Your objective:
Scan the records below and copy every line that contains the string "Check".

(Data records)
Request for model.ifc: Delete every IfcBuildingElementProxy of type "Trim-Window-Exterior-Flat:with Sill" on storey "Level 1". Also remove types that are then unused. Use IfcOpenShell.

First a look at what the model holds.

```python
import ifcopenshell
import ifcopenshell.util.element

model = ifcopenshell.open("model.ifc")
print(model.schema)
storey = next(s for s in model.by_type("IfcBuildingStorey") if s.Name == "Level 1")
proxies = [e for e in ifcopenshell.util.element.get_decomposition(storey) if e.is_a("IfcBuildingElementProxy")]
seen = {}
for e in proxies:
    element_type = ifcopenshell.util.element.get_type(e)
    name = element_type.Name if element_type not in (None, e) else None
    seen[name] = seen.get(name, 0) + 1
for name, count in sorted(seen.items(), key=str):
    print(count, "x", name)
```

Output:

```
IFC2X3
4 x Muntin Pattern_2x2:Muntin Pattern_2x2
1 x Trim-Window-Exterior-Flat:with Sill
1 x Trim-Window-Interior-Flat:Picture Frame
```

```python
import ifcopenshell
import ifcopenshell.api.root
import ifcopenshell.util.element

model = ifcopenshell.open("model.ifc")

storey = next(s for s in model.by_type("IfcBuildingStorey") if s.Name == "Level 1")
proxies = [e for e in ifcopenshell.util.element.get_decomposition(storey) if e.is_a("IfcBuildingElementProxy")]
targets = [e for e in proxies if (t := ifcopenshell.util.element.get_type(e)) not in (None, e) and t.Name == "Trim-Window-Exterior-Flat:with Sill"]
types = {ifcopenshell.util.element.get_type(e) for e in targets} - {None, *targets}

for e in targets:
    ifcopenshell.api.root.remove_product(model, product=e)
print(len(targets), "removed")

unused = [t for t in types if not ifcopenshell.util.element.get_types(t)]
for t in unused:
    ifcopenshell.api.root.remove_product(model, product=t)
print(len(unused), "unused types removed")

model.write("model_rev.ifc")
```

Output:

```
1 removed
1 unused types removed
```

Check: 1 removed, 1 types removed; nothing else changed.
...
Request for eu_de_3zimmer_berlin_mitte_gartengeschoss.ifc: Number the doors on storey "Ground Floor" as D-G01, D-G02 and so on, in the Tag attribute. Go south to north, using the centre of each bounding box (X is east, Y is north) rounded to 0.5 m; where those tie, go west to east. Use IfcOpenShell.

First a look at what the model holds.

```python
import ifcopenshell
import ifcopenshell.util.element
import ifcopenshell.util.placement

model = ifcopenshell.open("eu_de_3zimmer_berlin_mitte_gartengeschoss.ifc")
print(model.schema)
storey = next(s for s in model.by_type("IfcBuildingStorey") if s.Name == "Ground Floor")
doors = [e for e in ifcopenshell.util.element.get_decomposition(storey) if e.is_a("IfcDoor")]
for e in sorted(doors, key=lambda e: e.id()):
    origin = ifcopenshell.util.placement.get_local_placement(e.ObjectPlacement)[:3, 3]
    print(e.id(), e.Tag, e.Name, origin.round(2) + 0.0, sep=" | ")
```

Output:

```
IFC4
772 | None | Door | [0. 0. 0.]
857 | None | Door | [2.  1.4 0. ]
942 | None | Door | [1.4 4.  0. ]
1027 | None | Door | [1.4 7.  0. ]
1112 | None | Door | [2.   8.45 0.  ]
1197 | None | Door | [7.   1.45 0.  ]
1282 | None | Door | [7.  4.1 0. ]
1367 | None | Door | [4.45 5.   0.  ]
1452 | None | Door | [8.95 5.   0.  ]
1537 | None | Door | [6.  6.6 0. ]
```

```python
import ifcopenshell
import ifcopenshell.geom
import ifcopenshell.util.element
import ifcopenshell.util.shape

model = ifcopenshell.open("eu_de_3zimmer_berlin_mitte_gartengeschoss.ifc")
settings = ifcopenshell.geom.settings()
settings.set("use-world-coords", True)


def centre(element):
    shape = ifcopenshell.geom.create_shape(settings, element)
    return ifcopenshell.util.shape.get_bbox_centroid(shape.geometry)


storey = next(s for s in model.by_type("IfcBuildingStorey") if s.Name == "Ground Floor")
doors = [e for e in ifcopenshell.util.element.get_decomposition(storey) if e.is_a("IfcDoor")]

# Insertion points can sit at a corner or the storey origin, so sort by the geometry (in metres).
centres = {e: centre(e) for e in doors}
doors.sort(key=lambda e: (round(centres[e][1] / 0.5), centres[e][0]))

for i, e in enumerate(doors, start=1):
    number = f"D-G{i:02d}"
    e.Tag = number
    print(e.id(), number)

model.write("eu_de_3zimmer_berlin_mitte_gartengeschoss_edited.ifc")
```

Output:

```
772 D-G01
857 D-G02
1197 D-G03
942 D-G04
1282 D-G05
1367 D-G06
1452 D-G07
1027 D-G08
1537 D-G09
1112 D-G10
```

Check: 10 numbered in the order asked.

Solution to the problem:
Check: 1 removed, 1 types removed; nothing else changed.
Check: 10 numbered in the order asked.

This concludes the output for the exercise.